Vanadium and ascorbate effects on 3-hydroxy-3-methylglutaryl coenzyme A reductase, cholesterol and tissue minerals in guinea pigs fed low-chromium diets.

Vanadium has been reported to affect numerous physiological processes; however, a demonstration that vanadium deficiency consistently impairs biological function is lacking. The purpose of this study was to determine if the activity of hepatic 3-hydroxy-3-methylglutaryl coenzyme A (HMG CoA) reductase, the rate-limiting enzyme in cholesterol synthesis, is affected by dietary supplementation of vanadate and/or chronic ascorbic acid deficiency. To determine if vanadium and/or ascorbic acid affected mineral metabolism, tissue minerals also were analyzed. Weanling male guinea pigs were assigned randomly to groups of 10 in a 2 x 2 factorial design. The dietary variables were ascorbate, 0.5 or 10 mg/day, and vanadium < 0.01 microgram or 0.5 microgram/g diet as NH4VO3 in a low Cr diet containing < 0.07 microgram Cr/g diet. After 21 weeks on this diet, guinea pigs receiving more ascorbate had lower liver weight/body weight ratios and increased bone copper. Testes weight/body weight ratios, hepatic glycogen and bone copper decreased while hepatic lipids, fecal bile acids, plasma cortisol and bone calcium and magnesium were increased by vanadium supplementation. An interaction between vanadium and ascorbate affected cholesterol excretion in feces, hepatic iron, plasma cholesterol concentration and the activity of HMG CoA reductase. This study provides evidence of increased bone mineral concentrations with vanadium supplementation and of an interaction between vanadium and ascorbate which affected cholesterol metabolism.

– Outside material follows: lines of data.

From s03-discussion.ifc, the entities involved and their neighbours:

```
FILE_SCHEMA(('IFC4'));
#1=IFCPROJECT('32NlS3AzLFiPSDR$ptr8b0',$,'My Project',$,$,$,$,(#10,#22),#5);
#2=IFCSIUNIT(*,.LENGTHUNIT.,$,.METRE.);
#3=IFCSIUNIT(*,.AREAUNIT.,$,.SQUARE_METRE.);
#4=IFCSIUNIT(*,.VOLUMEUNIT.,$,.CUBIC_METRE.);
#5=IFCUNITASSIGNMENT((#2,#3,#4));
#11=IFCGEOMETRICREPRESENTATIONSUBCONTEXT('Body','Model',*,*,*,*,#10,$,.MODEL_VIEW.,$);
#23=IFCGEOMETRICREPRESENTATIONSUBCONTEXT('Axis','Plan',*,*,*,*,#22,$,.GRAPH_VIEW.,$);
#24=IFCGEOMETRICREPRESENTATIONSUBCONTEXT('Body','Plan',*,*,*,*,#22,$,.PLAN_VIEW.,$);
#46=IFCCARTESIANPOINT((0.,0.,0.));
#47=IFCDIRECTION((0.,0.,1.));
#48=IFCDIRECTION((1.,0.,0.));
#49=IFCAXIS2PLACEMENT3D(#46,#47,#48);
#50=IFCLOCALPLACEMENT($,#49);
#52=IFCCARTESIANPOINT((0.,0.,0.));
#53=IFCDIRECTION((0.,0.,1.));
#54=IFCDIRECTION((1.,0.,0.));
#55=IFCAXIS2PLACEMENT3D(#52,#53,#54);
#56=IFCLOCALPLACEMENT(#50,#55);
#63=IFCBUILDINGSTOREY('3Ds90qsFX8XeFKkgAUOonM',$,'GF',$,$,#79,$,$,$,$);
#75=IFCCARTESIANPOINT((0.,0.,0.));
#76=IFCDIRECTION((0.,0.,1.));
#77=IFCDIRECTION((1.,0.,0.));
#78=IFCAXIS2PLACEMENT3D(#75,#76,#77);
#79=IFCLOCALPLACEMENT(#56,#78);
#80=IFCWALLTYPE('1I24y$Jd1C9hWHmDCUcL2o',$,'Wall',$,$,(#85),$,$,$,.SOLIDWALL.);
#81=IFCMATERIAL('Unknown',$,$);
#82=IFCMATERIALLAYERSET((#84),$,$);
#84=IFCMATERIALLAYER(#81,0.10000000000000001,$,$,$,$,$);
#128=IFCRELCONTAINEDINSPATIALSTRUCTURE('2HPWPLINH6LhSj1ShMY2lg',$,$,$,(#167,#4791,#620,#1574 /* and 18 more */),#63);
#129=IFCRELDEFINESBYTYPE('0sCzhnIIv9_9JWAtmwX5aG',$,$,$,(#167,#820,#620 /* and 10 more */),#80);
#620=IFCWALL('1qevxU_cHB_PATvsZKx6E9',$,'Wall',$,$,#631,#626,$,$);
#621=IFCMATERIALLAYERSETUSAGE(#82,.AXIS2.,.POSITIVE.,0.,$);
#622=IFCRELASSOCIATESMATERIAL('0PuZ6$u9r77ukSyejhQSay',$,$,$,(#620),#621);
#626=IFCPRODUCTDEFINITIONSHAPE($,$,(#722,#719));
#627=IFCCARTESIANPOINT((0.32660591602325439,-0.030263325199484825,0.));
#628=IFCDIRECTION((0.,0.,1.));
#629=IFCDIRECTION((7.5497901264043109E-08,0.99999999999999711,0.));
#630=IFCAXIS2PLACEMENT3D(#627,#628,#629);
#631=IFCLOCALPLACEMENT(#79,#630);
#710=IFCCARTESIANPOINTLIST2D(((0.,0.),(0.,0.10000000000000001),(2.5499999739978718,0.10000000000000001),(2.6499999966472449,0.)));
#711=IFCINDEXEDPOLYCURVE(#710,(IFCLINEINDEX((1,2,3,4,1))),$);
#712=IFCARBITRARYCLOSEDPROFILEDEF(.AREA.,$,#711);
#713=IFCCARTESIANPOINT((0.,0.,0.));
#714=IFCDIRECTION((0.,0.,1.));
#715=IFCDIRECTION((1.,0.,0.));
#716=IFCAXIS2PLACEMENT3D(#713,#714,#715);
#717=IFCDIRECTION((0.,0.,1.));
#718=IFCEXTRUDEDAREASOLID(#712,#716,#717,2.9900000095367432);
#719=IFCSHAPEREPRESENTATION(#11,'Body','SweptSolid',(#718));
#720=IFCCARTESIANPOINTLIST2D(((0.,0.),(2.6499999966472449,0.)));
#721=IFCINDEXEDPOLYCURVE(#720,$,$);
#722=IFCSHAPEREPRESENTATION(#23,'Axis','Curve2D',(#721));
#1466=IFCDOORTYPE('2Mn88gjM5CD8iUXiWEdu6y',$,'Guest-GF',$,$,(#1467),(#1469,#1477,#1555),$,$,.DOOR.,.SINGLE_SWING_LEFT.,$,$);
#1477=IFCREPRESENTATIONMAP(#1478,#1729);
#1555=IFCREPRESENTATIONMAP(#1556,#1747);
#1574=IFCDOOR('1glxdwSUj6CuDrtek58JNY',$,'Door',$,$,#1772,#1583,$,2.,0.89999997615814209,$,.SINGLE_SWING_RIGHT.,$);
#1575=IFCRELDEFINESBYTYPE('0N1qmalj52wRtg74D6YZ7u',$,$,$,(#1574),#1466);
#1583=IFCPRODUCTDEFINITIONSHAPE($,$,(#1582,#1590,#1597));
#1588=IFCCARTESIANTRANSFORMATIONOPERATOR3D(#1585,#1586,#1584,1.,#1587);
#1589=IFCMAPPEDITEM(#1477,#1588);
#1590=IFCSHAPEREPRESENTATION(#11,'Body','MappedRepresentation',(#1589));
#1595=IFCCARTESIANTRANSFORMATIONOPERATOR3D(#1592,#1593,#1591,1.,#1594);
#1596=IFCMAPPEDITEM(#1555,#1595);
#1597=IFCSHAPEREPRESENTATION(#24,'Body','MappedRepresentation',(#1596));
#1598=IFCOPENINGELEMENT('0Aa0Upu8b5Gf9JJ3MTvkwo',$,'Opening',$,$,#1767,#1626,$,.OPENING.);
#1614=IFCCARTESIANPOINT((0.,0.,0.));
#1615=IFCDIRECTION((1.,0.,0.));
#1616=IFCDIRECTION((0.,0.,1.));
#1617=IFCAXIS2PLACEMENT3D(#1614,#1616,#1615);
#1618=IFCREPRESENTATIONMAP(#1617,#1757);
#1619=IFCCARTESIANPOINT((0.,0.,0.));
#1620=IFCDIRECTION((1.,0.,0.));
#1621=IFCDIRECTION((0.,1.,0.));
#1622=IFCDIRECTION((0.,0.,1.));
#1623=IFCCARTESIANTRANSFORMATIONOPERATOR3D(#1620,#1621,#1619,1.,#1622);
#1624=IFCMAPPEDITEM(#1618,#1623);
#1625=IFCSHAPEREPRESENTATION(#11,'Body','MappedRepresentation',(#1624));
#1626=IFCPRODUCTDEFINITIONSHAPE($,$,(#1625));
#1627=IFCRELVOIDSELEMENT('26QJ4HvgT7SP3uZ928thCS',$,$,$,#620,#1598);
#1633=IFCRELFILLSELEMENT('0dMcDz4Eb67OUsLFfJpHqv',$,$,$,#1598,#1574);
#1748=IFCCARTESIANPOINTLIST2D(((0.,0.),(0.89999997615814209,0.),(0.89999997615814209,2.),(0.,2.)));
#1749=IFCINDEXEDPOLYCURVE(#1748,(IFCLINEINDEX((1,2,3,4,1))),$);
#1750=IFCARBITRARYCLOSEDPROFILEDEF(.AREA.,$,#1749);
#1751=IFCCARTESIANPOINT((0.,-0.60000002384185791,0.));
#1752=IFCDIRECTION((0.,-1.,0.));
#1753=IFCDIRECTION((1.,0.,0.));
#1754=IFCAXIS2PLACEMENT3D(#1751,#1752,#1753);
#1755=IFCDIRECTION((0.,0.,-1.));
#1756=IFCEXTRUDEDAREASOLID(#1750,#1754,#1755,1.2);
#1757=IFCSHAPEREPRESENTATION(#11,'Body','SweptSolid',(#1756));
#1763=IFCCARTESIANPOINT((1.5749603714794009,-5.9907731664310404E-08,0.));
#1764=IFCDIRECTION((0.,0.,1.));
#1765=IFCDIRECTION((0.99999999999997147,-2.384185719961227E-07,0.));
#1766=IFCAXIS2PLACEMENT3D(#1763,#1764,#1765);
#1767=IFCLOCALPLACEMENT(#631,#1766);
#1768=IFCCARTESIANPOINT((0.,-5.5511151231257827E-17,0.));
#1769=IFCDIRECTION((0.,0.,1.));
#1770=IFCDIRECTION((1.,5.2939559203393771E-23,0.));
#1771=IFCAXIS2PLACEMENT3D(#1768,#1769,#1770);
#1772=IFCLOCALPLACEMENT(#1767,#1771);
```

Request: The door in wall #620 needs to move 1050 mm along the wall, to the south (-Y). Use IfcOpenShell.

```python
import ifcopenshell
import ifcopenshell.api.geometry
import ifcopenshell.util.placement

model = ifcopenshell.open("s03-discussion.ifc")

door = model.by_guid("1glxdwSUj6CuDrtek58JNY")
opening = door.FillsVoids[0].RelatingOpeningElement
wall = opening.VoidsElements[0].RelatingBuildingElement

wall_matrix = ifcopenshell.util.placement.get_local_placement(wall.ObjectPlacement)
shift = wall_matrix[:3, 0] * -1.05
before = ifcopenshell.util.placement.get_local_placement(door.ObjectPlacement)[:3, 3].copy()

# The door is placed relative to its opening, so it follows when the opening moves.
matrix = ifcopenshell.util.placement.get_local_placement(opening.ObjectPlacement)
matrix[:3, 3] += shift
ifcopenshell.api.geometry.edit_object_placement(
    model, product=opening, matrix=matrix, is_si=False, should_transform_children=True
)

after = ifcopenshell.util.placement.get_local_placement(door.ObjectPlacement)[:3, 3]
print("door moved by", (after - before).round(3) + 0.0)

model.write("s03-discussion_updated.ifc")
```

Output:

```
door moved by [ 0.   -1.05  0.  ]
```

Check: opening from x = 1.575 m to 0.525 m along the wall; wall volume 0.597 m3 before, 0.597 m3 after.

Effects of starch, sucrose, fructose and glucose on chromium absorption and tissue concentrations in obese and lean mice.

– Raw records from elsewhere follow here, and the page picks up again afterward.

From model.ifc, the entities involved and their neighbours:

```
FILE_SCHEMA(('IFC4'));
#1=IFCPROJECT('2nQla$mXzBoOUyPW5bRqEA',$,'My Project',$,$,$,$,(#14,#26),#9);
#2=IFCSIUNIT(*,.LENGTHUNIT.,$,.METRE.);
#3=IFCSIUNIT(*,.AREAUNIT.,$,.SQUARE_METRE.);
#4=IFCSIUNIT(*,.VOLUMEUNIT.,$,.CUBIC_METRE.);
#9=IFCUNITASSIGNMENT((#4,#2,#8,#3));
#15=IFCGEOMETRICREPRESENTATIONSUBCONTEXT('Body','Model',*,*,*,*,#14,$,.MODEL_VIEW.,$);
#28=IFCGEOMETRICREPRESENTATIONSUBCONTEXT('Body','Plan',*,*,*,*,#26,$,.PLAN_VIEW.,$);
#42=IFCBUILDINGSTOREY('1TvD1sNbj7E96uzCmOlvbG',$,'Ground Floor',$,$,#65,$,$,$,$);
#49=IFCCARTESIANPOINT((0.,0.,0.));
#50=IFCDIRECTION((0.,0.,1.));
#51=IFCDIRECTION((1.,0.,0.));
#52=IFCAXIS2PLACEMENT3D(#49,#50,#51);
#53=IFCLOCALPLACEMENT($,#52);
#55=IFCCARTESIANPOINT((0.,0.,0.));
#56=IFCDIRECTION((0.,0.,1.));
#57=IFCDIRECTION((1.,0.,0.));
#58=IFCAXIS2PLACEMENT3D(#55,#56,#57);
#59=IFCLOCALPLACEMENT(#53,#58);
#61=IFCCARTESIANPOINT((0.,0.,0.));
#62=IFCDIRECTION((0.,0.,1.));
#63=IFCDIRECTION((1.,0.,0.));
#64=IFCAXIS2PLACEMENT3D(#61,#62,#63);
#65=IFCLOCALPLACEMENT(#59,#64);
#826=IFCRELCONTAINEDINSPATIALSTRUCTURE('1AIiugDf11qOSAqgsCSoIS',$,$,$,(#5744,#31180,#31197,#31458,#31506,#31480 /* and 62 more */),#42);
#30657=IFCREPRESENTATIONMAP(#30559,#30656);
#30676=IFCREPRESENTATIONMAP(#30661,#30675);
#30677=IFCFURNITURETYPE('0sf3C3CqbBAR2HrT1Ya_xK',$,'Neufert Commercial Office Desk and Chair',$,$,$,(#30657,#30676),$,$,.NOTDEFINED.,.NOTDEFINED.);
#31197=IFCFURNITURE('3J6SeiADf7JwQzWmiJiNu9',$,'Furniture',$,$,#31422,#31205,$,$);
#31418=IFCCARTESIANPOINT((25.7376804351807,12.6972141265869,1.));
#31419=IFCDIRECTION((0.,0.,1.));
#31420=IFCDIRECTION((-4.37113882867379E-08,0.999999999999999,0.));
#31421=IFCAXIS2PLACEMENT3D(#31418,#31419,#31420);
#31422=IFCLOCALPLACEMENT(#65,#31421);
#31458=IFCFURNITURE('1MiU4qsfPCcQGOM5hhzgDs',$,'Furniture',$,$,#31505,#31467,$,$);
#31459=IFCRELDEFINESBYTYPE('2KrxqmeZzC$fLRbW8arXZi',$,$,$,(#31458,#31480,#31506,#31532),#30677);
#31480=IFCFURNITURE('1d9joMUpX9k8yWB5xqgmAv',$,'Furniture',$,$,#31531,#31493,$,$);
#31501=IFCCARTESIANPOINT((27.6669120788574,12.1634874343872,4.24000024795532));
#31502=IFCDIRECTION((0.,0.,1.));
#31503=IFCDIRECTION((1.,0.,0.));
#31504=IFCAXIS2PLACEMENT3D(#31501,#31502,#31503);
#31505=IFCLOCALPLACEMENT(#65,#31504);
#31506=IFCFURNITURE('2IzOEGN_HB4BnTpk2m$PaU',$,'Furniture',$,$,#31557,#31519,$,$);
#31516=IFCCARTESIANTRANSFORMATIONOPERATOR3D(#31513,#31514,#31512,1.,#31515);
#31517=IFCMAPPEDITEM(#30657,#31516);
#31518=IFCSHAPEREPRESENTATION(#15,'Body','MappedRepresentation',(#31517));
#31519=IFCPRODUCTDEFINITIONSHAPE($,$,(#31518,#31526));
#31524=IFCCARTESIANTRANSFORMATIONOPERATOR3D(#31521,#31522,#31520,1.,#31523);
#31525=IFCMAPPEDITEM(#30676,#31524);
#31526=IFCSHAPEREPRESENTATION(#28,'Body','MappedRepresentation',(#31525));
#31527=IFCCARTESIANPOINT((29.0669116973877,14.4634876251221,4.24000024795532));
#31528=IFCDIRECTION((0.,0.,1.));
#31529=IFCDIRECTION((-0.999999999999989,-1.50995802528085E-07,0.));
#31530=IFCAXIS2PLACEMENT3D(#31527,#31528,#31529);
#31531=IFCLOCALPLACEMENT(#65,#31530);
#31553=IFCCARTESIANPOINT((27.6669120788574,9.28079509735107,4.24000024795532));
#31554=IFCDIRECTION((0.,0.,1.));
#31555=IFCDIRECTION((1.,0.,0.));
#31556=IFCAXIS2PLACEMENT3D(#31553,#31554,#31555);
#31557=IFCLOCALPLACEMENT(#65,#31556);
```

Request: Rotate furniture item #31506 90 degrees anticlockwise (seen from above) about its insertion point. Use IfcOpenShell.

```python
import ifcopenshell
import ifcopenshell.api.geometry
import ifcopenshell.util.placement

model = ifcopenshell.open("model.ifc")

item = model.by_guid("2IzOEGN_HB4BnTpk2m$PaU")
matrix = ifcopenshell.util.placement.get_local_placement(item.ObjectPlacement)
matrix = matrix @ ifcopenshell.util.placement.rotation(90, "Z")
ifcopenshell.api.geometry.edit_object_placement(model, product=item, matrix=matrix, is_si=False)

print(ifcopenshell.util.placement.get_local_placement(item.ObjectPlacement).round(3) + 0.0)

model.write("model_updated.ifc")
```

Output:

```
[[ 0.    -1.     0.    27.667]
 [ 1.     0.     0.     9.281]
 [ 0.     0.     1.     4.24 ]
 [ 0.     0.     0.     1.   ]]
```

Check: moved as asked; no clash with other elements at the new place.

Forty-eight male genetically obese (OB) mice (C57BL/6J-OB) and 48 lean male littermates were randomly assigned within main plots (OB or lean) to one of eight diets. Diets were low chromium or supplemented with 1 mg chromium as CrCl3 per kg. Starch, sucrose, fructose or glucose comprised 50% of the diet, which met AIN recommendations except for chromium. Experimental diets and deionized water were available ad libitum for 26 d. Mice were fasted 10 h and were intubated 2 h before killing with 15 microCi of 51CrCl3 in a 25% carbohydrate solution (2 mg carbohydrate/g body wt) of either starch, sucrose, glucose or fructose corresponding to the diet previously fed. 51Cr concentrations were significantly higher in the blood, liver, spleen, epididymal fat pad, testes and femur of animals given their carbohydrate load as starch than in animals fed sucrose, fructose or glucose. Carbohydrate had a significant effect on chromium concentrations of testes, spleen, kidney and liver with values generally being higher with the starch diet. Chromium supplementation increased bone and kidney chromium concentrations and heart and muscle glycogen. These data indicate that the source of carbohydrate can alter chromium absorption and retention.